ABOUT THIS EXERCISE
Write the entries below out again in full. Match every character.

SUPPLIED INFORMATION
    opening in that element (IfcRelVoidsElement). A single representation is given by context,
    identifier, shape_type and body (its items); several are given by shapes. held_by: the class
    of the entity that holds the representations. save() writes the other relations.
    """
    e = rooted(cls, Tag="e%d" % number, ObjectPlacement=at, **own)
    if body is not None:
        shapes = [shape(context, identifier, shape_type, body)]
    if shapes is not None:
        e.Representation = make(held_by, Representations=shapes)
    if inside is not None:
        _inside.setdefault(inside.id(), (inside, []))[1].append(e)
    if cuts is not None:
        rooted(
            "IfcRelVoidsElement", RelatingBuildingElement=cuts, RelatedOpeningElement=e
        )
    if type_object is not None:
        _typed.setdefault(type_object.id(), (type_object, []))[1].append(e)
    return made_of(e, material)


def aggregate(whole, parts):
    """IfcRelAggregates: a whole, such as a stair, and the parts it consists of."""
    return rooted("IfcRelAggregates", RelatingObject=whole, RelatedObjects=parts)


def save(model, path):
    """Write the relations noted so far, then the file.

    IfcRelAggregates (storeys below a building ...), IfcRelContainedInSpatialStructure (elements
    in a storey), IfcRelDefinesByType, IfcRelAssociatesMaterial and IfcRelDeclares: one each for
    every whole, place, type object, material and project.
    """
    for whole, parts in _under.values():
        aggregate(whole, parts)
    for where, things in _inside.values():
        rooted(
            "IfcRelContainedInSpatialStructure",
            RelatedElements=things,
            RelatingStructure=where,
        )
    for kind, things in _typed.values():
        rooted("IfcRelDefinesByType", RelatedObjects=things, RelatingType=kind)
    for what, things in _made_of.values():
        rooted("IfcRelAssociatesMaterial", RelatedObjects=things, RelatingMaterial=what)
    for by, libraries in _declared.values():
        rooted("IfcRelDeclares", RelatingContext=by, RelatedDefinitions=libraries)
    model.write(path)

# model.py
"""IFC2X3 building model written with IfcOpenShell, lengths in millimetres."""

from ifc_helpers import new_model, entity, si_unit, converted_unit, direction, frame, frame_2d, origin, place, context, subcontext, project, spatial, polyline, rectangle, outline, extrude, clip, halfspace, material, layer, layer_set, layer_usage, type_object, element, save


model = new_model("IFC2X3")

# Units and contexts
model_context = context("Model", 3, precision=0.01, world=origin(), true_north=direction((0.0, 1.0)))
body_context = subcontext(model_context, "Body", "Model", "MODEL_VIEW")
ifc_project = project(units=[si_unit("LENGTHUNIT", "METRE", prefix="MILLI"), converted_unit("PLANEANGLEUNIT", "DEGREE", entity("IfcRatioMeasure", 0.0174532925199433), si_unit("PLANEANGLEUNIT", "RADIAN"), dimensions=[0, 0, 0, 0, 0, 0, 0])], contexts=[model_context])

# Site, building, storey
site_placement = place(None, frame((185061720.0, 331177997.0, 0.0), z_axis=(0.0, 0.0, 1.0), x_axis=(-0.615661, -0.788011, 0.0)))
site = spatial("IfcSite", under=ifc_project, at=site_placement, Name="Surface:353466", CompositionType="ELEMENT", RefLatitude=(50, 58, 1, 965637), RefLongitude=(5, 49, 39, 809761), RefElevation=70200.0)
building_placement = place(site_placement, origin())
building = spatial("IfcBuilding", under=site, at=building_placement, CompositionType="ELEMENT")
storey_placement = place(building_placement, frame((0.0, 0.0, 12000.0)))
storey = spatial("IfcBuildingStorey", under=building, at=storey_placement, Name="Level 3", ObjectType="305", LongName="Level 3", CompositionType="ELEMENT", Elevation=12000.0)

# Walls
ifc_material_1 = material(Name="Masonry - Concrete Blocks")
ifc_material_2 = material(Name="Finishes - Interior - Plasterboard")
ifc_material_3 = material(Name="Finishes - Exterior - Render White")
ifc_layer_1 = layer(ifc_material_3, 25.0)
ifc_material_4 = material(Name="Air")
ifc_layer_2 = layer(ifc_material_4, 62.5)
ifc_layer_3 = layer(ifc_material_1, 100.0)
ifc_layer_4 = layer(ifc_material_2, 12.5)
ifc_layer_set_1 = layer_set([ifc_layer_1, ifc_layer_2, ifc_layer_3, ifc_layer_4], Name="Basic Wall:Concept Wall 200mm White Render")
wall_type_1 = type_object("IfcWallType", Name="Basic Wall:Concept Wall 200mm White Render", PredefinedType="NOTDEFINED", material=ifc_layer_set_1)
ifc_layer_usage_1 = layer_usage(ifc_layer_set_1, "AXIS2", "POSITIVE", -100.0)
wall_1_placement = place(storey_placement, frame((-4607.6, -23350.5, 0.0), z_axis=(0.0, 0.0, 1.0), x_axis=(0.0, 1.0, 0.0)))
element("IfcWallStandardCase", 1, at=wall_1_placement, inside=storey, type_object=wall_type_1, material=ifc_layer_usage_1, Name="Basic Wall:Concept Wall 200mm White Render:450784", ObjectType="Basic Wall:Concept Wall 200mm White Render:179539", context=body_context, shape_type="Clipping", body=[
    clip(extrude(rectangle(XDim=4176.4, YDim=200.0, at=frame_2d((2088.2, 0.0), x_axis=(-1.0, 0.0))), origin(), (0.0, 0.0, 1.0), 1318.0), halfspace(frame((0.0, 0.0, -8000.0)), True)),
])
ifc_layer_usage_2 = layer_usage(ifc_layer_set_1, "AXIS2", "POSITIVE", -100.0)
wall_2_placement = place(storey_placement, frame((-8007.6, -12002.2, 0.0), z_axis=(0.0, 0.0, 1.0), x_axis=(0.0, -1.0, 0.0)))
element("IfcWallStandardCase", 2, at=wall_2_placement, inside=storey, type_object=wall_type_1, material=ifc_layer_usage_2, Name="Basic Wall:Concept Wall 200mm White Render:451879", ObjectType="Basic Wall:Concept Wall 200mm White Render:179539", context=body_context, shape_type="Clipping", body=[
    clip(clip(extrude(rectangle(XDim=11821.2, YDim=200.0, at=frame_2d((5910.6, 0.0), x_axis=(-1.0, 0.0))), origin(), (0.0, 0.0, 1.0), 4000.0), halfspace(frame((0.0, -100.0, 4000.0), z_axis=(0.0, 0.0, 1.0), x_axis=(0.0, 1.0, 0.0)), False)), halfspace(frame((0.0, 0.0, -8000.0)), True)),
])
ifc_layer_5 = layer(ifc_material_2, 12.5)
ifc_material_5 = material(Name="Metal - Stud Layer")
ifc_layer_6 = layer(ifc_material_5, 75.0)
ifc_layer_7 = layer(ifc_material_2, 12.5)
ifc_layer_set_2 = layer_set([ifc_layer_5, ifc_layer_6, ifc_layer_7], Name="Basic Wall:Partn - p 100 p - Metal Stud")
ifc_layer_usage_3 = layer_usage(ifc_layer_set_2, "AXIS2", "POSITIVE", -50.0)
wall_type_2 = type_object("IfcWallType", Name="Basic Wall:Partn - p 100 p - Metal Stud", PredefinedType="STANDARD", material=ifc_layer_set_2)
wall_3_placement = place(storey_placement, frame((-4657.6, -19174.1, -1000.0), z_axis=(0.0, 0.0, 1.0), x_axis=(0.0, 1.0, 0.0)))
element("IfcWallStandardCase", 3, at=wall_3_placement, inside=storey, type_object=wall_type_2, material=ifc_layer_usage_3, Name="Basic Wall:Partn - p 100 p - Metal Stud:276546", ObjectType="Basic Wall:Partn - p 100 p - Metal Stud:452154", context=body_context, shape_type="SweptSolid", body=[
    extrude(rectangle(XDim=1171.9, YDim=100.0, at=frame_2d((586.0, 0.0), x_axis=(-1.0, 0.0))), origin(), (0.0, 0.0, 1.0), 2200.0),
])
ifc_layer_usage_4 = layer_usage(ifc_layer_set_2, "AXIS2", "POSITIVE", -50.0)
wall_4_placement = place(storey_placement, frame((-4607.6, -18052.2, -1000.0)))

EXERCISE RESPONSE
    opening in that element (IfcRelVoidsElement). A single representation is given by context,
    identifier, shape_type and body (its items); several are given by shapes. held_by: the class
    of the entity that holds the representations. save() writes the other relations.
    """
    e = rooted(cls, Tag="e%d" % number, ObjectPlacement=at, **own)
    if body is not None:
        shapes = [shape(context, identifier, shape_type, body)]
    if shapes is not None:
        e.Representation = make(held_by, Representations=shapes)
    if inside is not None:
        _inside.setdefault(inside.id(), (inside, []))[1].append(e)
    if cuts is not None:
        rooted(
            "IfcRelVoidsElement", RelatingBuildingElement=cuts, RelatedOpeningElement=e
        )
    if type_object is not None:
        _typed.setdefault(type_object.id(), (type_object, []))[1].append(e)
    return made_of(e, material)


def aggregate(whole, parts):
    """IfcRelAggregates: a whole, such as a stair, and the parts it consists of."""
    return rooted("IfcRelAggregates", RelatingObject=whole, RelatedObjects=parts)


def save(model, path):
    """Write the relations noted so far, then the file.

    IfcRelAggregates (storeys below a building ...), IfcRelContainedInSpatialStructure (elements
    in a storey), IfcRelDefinesByType, IfcRelAssociatesMaterial and IfcRelDeclares: one each for
    every whole, place, type object, material and project.
    """
    for whole, parts in _under.values():
        aggregate(whole, parts)
    for where, things in _inside.values():
        rooted(
            "IfcRelContainedInSpatialStructure",
            RelatedElements=things,
            RelatingStructure=where,
        )
    for kind, things in _typed.values():
        rooted("IfcRelDefinesByType", RelatedObjects=things, RelatingType=kind)
    for what, things in _made_of.values():
        rooted("IfcRelAssociatesMaterial", RelatedObjects=things, RelatingMaterial=what)
    for by, libraries in _declared.values():
        rooted("IfcRelDeclares", RelatingContext=by, RelatedDefinitions=libraries)
    model.write(path)

# model.py
"""IFC2X3 building model written with IfcOpenShell, lengths in millimetres."""

from ifc_helpers import new_model, entity, si_unit, converted_unit, direction, frame, frame_2d, origin, place, context, subcontext, project, spatial, polyline, rectangle, outline, extrude, clip, halfspace, material, layer, layer_set, layer_usage, type_object, element, save


model = new_model("IFC2X3")

# Units and contexts
model_context = context("Model", 3, precision=0.01, world=origin(), true_north=direction((0.0, 1.0)))
body_context = subcontext(model_context, "Body", "Model", "MODEL_VIEW")
ifc_project = project(units=[si_unit("LENGTHUNIT", "METRE", prefix="MILLI"), converted_unit("PLANEANGLEUNIT", "DEGREE", entity("IfcRatioMeasure", 0.0174532925199433), si_unit("PLANEANGLEUNIT", "RADIAN"), dimensions=[0, 0, 0, 0, 0, 0, 0])], contexts=[model_context])

# Site, building, storey
site_placement = place(None, frame((185061720.0, 331177997.0, 0.0), z_axis=(0.0, 0.0, 1.0), x_axis=(-0.615661, -0.788011, 0.0)))
site = spatial("IfcSite", under=ifc_project, at=site_placement, Name="Surface:353466", CompositionType="ELEMENT", RefLatitude=(50, 58, 1, 965637), RefLongitude=(5, 49, 39, 809761), RefElevation=70200.0)
building_placement = place(site_placement, origin())
building = spatial("IfcBuilding", under=site, at=building_placement, CompositionType="ELEMENT")
storey_placement = place(building_placement, frame((0.0, 0.0, 12000.0)))
storey = spatial("IfcBuildingStorey", under=building, at=storey_placement, Name="Level 3", ObjectType="305", LongName="Level 3", CompositionType="ELEMENT", Elevation=12000.0)

# Walls
ifc_material_1 = material(Name="Masonry - Concrete Blocks")
ifc_material_2 = material(Name="Finishes - Interior - Plasterboard")
ifc_material_3 = material(Name="Finishes - Exterior - Render White")
ifc_layer_1 = layer(ifc_material_3, 25.0)
ifc_material_4 = material(Name="Air")
ifc_layer_2 = layer(ifc_material_4, 62.5)
ifc_layer_3 = layer(ifc_material_1, 100.0)
ifc_layer_4 = layer(ifc_material_2, 12.5)
ifc_layer_set_1 = layer_set([ifc_layer_1, ifc_layer_2, ifc_layer_3, ifc_layer_4], Name="Basic Wall:Concept Wall 200mm White Render")
wall_type_1 = type_object("IfcWallType", Name="Basic Wall:Concept Wall 200mm White Render", PredefinedType="NOTDEFINED", material=ifc_layer_set_1)
ifc_layer_usage_1 = layer_usage(ifc_layer_set_1, "AXIS2", "POSITIVE", -100.0)
wall_1_placement = place(storey_placement, frame((-4607.6, -23350.5, 0.0), z_axis=(0.0, 0.0, 1.0), x_axis=(0.0, 1.0, 0.0)))
element("IfcWallStandardCase", 1, at=wall_1_placement, inside=storey, type_object=wall_type_1, material=ifc_layer_usage_1, Name="Basic Wall:Concept Wall 200mm White Render:450784", ObjectType="Basic Wall:Concept Wall 200mm White Render:179539", context=body_context, shape_type="Clipping", body=[
    clip(extrude(rectangle(XDim=4176.4, YDim=200.0, at=frame_2d((2088.2, 0.0), x_axis=(-1.0, 0.0))), origin(), (0.0, 0.0, 1.0), 1318.0), halfspace(frame((0.0, 0.0, -8000.0)), True)),
])
ifc_layer_usage_2 = layer_usage(ifc_layer_set_1, "AXIS2", "POSITIVE", -100.0)
wall_2_placement = place(storey_placement, frame((-8007.6, -12002.2, 0.0), z_axis=(0.0, 0.0, 1.0), x_axis=(0.0, -1.0, 0.0)))
element("IfcWallStandardCase", 2, at=wall_2_placement, inside=storey, type_object=wall_type_1, material=ifc_layer_usage_2, Name="Basic Wall:Concept Wall 200mm White Render:451879", ObjectType="Basic Wall:Concept Wall 200mm White Render:179539", context=body_context, shape_type="Clipping", body=[
    clip(clip(extrude(rectangle(XDim=11821.2, YDim=200.0, at=frame_2d((5910.6, 0.0), x_axis=(-1.0, 0.0))), origin(), (0.0, 0.0, 1.0), 4000.0), halfspace(frame((0.0, -100.0, 4000.0), z_axis=(0.0, 0.0, 1.0), x_axis=(0.0, 1.0, 0.0)), False)), halfspace(frame((0.0, 0.0, -8000.0)), True)),
])
ifc_layer_5 = layer(ifc_material_2, 12.5)
ifc_material_5 = material(Name="Metal - Stud Layer")
ifc_layer_6 = layer(ifc_material_5, 75.0)
ifc_layer_7 = layer(ifc_material_2, 12.5)
ifc_layer_set_2 = layer_set([ifc_layer_5, ifc_layer_6, ifc_layer_7], Name="Basic Wall:Partn - p 100 p - Metal Stud")
ifc_layer_usage_3 = layer_usage(ifc_layer_set_2, "AXIS2", "POSITIVE", -50.0)
wall_type_2 = type_object("IfcWallType", Name="Basic Wall:Partn - p 100 p - Metal Stud", PredefinedType="STANDARD", material=ifc_layer_set_2)
wall_3_placement = place(storey_placement, frame((-4657.6, -19174.1, -1000.0), z_axis=(0.0, 0.0, 1.0), x_axis=(0.0, 1.0, 0.0)))
element("IfcWallStandardCase", 3, at=wall_3_placement, inside=storey, type_object=wall_type_2, material=ifc_layer_usage_3, Name="Basic Wall:Partn - p 100 p - Metal Stud:276546", ObjectType="Basic Wall:Partn - p 100 p - Metal Stud:452154", context=body_context, shape_type="SweptSolid", body=[
    extrude(rectangle(XDim=1171.9, YDim=100.0, at=frame_2d((586.0, 0.0), x_axis=(-1.0, 0.0))), origin(), (0.0, 0.0, 1.0), 2200.0),
])
ifc_layer_usage_4 = layer_usage(ifc_layer_set_2, "AXIS2", "POSITIVE", -50.0)
wall_4_placement = place(storey_placement, frame((-4607.6, -18052.2, -1000.0)))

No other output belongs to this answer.